The term psychosomatic was first used by Heinroth in 1818 (2) to describe the interrelationship between body and soul and developed by pioneers such as Uexküll (3) in the middle of the 20th century, but the concept goes back thousands of years as exemplified by Plato's lament that “this … is the great error of our day in the treatment of the human body, that physicians separate the soul from the body (4).” Consultation-liaison psychiatry grew out of the practical needs of psychiatrists in the 20th century as mental health care gradually moved from the asylum to the general hospital (5); the discipline began to flourish in the United States through grants from the Rockefeller Foundation and then the National Institute of Mental Health, which, in the mid-1970s, made it a priority to foster the growth of consultation-liaison psychiatry (6). Thus, psychiatry and psychosomatic medicine, although theoretically entwined, in practice developed separately, involved different people and, in some countries, existed in different university departments (7). In Europe, particularly Germany, the field of psychosomatic medicine is more embedded in internal medicine, and clinical care of patients with nonpsychiatric medical disorders often includes active participation of experts in psychosomatic medicine. In other parts of the world, the clinical implementation of psychosomatic medicine varies substantially. Regardless of the country and sociocultural context, there is often a divide between practice and basic or clinical research in this context.

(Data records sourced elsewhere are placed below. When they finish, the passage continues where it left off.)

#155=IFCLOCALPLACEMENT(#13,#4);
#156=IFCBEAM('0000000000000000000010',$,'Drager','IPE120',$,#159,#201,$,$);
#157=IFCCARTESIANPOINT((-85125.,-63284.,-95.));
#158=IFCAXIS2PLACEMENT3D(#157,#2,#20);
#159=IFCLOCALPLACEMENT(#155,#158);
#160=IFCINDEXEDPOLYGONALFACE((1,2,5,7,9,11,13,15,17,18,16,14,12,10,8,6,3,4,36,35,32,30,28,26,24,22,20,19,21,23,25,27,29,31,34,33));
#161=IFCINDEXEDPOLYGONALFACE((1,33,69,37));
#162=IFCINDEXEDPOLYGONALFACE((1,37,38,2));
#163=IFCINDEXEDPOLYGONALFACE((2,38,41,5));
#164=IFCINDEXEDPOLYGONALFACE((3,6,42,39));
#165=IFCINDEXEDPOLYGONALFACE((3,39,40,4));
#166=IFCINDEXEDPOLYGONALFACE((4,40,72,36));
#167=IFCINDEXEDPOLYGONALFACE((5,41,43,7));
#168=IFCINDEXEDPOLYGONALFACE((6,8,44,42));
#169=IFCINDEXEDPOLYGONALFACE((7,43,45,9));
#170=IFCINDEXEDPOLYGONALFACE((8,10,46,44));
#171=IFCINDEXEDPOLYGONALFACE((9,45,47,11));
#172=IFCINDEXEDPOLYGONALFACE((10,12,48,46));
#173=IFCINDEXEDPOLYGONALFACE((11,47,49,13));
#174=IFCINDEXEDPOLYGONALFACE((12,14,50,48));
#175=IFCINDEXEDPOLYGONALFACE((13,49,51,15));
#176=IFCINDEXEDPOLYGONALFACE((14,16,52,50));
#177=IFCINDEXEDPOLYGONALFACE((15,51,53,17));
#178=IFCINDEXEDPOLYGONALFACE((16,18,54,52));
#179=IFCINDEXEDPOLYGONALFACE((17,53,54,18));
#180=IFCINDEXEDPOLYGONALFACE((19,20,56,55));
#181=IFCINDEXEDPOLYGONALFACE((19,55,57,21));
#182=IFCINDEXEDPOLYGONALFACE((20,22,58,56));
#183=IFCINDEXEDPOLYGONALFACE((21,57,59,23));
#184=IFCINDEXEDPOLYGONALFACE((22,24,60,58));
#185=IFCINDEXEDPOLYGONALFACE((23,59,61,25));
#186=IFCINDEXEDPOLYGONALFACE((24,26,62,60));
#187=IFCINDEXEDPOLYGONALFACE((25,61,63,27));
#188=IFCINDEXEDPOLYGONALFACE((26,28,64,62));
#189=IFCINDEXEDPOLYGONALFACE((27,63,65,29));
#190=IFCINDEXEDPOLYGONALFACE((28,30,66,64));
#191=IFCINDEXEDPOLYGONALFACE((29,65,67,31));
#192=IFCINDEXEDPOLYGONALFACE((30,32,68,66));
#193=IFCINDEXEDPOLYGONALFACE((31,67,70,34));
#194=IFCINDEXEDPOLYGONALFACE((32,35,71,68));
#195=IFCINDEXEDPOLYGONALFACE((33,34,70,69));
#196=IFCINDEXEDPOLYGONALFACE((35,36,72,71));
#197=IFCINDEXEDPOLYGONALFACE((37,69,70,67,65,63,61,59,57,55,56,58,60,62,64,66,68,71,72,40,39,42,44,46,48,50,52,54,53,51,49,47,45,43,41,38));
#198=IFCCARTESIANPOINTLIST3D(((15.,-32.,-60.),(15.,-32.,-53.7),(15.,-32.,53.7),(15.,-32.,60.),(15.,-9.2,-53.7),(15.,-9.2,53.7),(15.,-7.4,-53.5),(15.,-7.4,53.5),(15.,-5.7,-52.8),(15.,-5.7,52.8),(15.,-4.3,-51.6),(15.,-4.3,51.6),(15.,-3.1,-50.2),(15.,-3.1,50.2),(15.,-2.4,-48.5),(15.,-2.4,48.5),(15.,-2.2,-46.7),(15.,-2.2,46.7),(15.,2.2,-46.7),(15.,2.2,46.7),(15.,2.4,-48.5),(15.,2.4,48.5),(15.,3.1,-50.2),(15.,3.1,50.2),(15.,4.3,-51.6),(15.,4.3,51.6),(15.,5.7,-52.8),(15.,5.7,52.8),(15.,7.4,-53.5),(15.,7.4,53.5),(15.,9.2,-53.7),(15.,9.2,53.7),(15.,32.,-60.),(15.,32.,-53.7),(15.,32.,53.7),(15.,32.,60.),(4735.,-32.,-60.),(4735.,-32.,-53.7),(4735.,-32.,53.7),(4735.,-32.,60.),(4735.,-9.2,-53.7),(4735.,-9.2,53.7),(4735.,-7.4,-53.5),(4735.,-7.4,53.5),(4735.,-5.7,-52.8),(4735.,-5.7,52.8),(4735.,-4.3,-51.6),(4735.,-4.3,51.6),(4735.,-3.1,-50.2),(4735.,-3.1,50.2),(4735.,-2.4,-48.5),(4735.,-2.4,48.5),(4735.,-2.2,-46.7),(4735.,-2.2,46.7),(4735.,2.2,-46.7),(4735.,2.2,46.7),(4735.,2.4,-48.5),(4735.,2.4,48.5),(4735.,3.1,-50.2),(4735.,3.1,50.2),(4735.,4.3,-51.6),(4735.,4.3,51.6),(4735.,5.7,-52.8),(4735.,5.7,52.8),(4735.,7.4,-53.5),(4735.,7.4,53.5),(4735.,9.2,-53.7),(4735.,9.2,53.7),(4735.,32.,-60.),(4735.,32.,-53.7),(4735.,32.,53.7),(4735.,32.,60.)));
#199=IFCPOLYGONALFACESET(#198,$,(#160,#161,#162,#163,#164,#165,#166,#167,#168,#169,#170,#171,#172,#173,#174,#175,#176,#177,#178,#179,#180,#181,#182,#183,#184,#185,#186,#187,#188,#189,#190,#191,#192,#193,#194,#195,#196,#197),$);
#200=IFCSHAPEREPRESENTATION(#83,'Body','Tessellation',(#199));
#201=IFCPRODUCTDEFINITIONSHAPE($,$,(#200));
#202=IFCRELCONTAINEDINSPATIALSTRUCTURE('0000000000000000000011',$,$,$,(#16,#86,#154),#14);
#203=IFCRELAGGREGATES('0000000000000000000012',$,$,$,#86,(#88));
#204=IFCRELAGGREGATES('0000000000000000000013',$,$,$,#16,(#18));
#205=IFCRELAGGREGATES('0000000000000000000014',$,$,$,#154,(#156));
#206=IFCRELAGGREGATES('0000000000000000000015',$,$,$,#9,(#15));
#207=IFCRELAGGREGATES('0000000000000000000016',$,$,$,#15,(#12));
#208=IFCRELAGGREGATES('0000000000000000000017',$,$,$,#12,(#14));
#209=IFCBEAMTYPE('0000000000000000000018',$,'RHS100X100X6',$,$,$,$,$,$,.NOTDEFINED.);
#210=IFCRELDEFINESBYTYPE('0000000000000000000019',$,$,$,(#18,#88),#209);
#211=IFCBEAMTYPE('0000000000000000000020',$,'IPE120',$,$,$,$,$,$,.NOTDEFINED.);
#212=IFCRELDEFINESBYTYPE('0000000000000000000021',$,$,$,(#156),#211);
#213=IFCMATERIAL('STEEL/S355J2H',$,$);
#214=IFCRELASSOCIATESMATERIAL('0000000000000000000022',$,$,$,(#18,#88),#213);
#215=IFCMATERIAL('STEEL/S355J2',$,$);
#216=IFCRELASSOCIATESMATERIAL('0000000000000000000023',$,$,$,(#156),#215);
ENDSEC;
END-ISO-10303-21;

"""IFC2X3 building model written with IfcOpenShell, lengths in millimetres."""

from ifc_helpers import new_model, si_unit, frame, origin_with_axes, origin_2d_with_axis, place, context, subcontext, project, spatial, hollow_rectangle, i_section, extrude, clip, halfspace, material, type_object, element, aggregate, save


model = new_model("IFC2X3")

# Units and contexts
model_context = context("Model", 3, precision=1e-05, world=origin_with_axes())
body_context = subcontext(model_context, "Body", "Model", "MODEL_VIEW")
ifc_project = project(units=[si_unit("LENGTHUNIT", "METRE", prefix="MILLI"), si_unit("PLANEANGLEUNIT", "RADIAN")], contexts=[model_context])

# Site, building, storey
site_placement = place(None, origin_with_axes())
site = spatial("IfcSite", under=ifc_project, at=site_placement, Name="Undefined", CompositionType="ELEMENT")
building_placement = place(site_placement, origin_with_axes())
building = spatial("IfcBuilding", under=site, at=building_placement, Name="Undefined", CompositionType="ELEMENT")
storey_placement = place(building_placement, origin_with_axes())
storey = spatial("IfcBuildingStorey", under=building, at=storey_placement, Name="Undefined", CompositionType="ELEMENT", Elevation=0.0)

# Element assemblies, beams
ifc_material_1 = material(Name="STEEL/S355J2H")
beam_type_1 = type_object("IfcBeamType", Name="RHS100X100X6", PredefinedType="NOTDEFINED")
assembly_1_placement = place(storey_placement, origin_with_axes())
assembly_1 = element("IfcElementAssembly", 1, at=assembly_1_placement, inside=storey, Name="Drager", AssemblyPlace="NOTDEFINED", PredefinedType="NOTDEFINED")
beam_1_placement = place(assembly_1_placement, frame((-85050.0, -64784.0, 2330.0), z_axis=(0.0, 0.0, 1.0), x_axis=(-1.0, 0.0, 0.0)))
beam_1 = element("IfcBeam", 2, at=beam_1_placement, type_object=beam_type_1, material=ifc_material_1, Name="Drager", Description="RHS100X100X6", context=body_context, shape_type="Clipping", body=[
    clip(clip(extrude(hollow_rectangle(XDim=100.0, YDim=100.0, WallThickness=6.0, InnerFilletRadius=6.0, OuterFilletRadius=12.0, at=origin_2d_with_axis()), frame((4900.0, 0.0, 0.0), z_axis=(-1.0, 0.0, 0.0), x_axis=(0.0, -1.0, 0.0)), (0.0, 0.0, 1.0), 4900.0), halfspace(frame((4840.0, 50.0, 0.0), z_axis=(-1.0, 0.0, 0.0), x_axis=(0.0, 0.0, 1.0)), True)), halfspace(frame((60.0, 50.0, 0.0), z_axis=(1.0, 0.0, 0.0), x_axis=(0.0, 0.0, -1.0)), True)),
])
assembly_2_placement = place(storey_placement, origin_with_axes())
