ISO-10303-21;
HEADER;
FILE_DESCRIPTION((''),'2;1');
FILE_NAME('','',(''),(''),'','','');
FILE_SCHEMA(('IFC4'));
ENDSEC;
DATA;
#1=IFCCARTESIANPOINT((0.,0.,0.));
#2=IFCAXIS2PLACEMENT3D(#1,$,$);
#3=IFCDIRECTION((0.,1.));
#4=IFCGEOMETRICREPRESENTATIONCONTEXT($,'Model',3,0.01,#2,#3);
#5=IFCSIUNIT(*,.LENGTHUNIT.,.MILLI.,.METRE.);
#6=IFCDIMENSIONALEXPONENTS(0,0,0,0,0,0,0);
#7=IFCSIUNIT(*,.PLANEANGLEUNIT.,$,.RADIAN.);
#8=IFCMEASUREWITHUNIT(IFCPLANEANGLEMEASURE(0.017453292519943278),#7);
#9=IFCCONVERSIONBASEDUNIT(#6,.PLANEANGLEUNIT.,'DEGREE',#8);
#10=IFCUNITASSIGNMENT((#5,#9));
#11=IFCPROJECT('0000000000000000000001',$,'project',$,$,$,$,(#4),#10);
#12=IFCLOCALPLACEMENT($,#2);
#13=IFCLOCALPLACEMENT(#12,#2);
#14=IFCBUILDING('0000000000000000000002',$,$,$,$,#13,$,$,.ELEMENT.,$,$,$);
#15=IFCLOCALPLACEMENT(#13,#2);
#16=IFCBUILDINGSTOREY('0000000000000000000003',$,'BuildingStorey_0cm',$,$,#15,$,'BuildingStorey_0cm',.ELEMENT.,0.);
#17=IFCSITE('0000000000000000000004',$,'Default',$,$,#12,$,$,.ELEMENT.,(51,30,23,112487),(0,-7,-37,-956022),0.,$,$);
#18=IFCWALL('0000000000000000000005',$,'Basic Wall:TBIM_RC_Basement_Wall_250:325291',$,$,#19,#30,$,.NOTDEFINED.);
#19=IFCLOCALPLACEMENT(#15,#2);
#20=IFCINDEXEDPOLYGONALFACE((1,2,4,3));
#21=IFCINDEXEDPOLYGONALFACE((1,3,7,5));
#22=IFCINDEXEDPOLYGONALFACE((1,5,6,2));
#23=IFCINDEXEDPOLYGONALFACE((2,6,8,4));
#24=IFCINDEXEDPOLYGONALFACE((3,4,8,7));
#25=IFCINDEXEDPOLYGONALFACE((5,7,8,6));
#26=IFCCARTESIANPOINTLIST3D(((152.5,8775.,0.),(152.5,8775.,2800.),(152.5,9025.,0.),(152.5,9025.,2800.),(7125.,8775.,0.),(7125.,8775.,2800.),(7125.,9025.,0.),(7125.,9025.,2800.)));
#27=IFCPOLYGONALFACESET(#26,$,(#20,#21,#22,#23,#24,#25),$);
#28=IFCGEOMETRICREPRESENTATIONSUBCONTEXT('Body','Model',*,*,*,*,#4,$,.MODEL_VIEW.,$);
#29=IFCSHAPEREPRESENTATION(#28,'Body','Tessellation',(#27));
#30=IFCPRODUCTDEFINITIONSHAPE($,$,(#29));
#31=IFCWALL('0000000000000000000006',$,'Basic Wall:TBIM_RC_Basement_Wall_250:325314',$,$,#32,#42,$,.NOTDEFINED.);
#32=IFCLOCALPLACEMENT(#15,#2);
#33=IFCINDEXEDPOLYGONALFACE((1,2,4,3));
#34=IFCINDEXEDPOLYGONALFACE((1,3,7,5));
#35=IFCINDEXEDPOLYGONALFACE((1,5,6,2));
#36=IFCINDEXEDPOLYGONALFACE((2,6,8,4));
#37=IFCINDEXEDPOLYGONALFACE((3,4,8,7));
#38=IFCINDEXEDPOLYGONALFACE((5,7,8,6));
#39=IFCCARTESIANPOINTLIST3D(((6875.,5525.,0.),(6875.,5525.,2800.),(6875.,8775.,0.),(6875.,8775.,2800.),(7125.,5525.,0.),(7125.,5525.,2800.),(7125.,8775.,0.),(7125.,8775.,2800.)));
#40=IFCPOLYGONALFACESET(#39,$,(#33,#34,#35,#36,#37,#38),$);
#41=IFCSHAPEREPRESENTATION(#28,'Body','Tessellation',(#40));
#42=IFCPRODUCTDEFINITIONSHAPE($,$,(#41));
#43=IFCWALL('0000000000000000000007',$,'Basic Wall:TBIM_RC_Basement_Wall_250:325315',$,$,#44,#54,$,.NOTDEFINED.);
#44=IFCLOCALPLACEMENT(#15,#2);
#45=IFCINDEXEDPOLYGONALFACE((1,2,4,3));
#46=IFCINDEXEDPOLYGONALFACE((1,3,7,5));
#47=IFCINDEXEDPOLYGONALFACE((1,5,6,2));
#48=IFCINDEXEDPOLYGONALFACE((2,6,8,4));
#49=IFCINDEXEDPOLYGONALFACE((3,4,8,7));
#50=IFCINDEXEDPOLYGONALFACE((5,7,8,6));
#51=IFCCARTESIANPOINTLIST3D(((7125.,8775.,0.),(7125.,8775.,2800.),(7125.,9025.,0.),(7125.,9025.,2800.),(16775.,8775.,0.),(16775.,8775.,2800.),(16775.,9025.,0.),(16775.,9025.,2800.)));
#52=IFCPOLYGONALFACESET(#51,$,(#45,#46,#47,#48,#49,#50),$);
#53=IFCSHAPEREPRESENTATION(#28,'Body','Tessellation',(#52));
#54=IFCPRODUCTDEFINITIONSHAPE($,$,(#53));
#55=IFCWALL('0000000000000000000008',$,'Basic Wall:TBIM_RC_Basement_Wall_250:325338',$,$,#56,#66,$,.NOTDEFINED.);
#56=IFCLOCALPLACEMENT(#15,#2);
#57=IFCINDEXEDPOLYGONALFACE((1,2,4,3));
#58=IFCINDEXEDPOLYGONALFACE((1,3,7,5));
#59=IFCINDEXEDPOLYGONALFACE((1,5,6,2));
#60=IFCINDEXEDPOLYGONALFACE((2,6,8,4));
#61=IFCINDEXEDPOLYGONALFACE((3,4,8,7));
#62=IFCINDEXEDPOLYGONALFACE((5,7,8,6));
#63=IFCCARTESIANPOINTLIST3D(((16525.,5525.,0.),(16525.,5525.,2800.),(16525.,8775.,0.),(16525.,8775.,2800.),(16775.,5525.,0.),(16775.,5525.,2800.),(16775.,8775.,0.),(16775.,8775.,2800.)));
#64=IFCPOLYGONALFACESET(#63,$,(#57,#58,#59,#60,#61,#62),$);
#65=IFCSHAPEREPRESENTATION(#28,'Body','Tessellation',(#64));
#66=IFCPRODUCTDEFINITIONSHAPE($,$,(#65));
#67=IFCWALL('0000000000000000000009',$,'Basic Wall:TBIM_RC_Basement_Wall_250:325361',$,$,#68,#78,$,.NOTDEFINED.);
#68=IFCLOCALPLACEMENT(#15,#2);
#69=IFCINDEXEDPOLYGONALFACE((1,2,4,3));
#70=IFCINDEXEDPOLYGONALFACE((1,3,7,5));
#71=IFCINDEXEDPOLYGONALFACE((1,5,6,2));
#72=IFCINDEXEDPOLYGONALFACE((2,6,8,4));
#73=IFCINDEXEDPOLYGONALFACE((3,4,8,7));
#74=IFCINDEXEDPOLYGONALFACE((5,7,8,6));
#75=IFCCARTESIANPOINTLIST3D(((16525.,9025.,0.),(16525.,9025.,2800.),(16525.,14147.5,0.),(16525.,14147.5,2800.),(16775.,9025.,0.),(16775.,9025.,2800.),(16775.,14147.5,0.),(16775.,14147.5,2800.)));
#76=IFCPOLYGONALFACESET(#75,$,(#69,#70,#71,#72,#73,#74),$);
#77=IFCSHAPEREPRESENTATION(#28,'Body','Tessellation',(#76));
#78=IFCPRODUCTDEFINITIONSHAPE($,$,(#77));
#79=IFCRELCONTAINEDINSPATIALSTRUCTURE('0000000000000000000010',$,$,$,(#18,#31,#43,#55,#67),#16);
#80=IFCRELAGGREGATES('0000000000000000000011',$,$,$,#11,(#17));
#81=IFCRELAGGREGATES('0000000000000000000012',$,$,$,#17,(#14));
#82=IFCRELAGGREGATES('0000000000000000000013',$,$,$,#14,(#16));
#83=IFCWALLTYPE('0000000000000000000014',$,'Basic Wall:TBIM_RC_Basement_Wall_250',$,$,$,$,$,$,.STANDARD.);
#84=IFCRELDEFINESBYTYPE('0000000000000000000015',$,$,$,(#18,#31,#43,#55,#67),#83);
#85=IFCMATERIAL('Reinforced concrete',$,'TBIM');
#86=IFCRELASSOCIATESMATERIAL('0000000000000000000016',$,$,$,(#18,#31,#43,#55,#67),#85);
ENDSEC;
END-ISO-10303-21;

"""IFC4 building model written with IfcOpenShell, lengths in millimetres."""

from ifc_helpers import new_model, entity, si_unit, converted_unit, direction, frame, origin, place, context, subcontext, project, spatial, indexed_curve, outline, extrude, material, type_object, element, save


model = new_model("IFC4")

# Units and contexts
model_context = context("Model", 3, precision=0.01, world=origin(), true_north=direction((0.0, 1.0)))
body_context = subcontext(model_context, "Body", "Model", "MODEL_VIEW")
ifc_project = project(units=[si_unit("LENGTHUNIT", "METRE", prefix="MILLI"), converted_unit("PLANEANGLEUNIT", "DEGREE", entity("IfcPlaneAngleMeasure", 0.017453292519943278), si_unit("PLANEANGLEUNIT", "RADIAN"), dimensions=[0, 0, 0, 0, 0, 0, 0])], contexts=[model_context])

# Site, building, storey
site_placement = place(None, origin())
site = spatial("IfcSite", under=ifc_project, at=site_placement, Name="Default", CompositionType="ELEMENT", RefLatitude=(51, 30, 23, 112487), RefLongitude=(0, -7, -37, -956022), RefElevation=0.0)
building_placement = place(site_placement, origin())
building = spatial("IfcBuilding", under=site, at=building_placement, CompositionType="ELEMENT")
storey_placement = place(building_placement, origin())
storey = spatial("IfcBuildingStorey", under=building, at=storey_placement, Name="BuildingStorey_0cm", LongName="BuildingStorey_0cm", CompositionType="ELEMENT", Elevation=0.0)

# Shared definitions
ifc_material_1 = material(Name="Reinforced concrete", Category="TBIM")

# Walls
wall_type_1 = type_object("IfcWallType", Name="Basic Wall:TBIM_RC_Basement_Wall_250", PredefinedType="STANDARD")
wall_1_placement = place(storey_placement, frame((152.5, 8900.0, 0.0)))
element("IfcWall", 1, at=wall_1_placement, inside=storey, type_object=wall_type_1, material=ifc_material_1, Name="Basic Wall:TBIM_RC_Basement_Wall_250:325291", PredefinedType="NOTDEFINED", context=body_context, shape_type="SweptSolid", body=[
    extrude(outline(indexed_curve([(6972.5, 125.0), (0.0, 125.0), (0.0, -125.0), (6972.5, -125.0), (6972.5, 125.0)], self_intersect=False)), origin(), (0.0, 0.0, 1.0), 2800.0),
])
wall_2_placement = place(storey_placement, frame((7000.0, 5525.0, 0.0), z_axis=(0.0, 0.0, 1.0), x_axis=(0.0, 1.0, 0.0)))
element("IfcWall", 2, at=wall_2_placement, inside=storey, type_object=wall_type_1, material=ifc_material_1, Name="Basic Wall:TBIM_RC_Basement_Wall_250:325314", PredefinedType="NOTDEFINED", context=body_context, shape_type="SweptSolid", body=[
    extrude(outline(indexed_curve([(3250.0, 125.0), (0.0, 125.0), (0.0, -125.0), (3250.0, -125.0), (3250.0, 125.0)], self_intersect=False)), origin(), (0.0, 0.0, 1.0), 2800.0),
])
wall_3_placement = place(storey_placement, frame((7125.0, 8900.0, 0.0)))
element("IfcWall", 3, at=wall_3_placement, inside=storey, type_object=wall_type_1, material=ifc_material_1, Name="Basic Wall:TBIM_RC_Basement_Wall_250:325315", PredefinedType="NOTDEFINED", context=body_context, shape_type="SweptSolid", body=[
    extrude(outline(indexed_curve([(9650.0, 125.0), (0.0, 125.0), (0.0, -125.0), (9650.0, -125.0), (9650.0, 125.0)], self_intersect=False)), origin(), (0.0, 0.0, 1.0), 2800.0),
])
wall_4_placement = place(storey_placement, frame((16650.0, 5525.0, 0.0), z_axis=(0.0, 0.0, 1.0), x_axis=(0.0, 1.0, 0.0)))
element("IfcWall", 4, at=wall_4_placement, inside=storey, type_object=wall_type_1, material=ifc_material_1, Name="Basic Wall:TBIM_RC_Basement_Wall_250:325338", PredefinedType="NOTDEFINED", context=body_context, shape_type="SweptSolid", body=[
    extrude(outline(indexed_curve([(3250.0, 125.0), (0.0, 125.0), (0.0, -125.0), (3250.0, -125.0), (3250.0, 125.0)], self_intersect=False)), origin(), (0.0, 0.0, 1.0), 2800.0),
])
wall_5_placement = place(storey_placement, frame((16650.0, 9025.0, 0.0), z_axis=(0.0, 0.0, 1.0), x_axis=(0.0, 1.0, 0.0)))
element("IfcWall", 5, at=wall_5_placement, inside=storey, type_object=wall_type_1, material=ifc_material_1, Name="Basic Wall:TBIM_RC_Basement_Wall_250:325361", PredefinedType="NOTDEFINED", context=body_context, shape_type="SweptSolid", body=[
    extrude(outline(indexed_curve([(5122.5, 125.0), (0.0, 125.0), (0.0, -125.0), (5122.5, -125.0), (5122.5, 125.0)], self_intersect=False)), origin(), (0.0, 0.0, 1.0), 2800.0),
])

save(model, "model.ifc")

Such divides substantially impede progress in mental health and general medical care. Indeed, although a divide between basic neuroscience research and clinical practice still exists, multiple lines of research into the mechanisms of psychiatric disorders demonstrate what Plato and the pioneers of psychosomatic medicine already knew—that the historic Cartesian divide between mind and body is a false conflict (8). Research into neuroimmunology (9), gastroenterology and the “brain-gut axis” (10) or cardiac disease (11) are just a few of the many examples of the complex and bidirectional relationships between psychiatric disorders, psychological distress, and medical illness. To emphasize the importance of biological and behavioral processes in the bidirectional association between psychosocial factors with health and disease, this journal added a subtitle to its name: “Journal of Biobehavioral Medicine” (12). The goal of adding this subtitle was to increase awareness that the field of psychosomatic medicine is fueled by the systematic investigation of basic and clinical science. With the new series “Clinical Issues in Psychosomatic Medicine,” we want to highlight how this research is useful to clinical practice and how clinical practice can further inspire and shape biobehavioral research. The more one is familiar with this literature the more one becomes convinced that sequestering psychiatric disorders as purely “mental diseases” impedes the field and that the major mental disorders are better conceptualized as systemic illnesses (13). Hence, one could argue that the psychosomatic approach to mental illness is the only approach having an empirical basis. As the recent World Psychiatric Association–Lancet Psychiatry Commission on the Future of Psychiatry suggested, a necessary priority for the 21st century is that “mental health professionals need to be well trained in integration of biological, psychological, social, and spiritual factors in the care that they provide (14).”
We intend for these articles to model such integration and anticipate that they will be of use to the practitioner and investigator alike.
Sources of Funding and Conflicts of Interest: The authors report no conflicts of interest.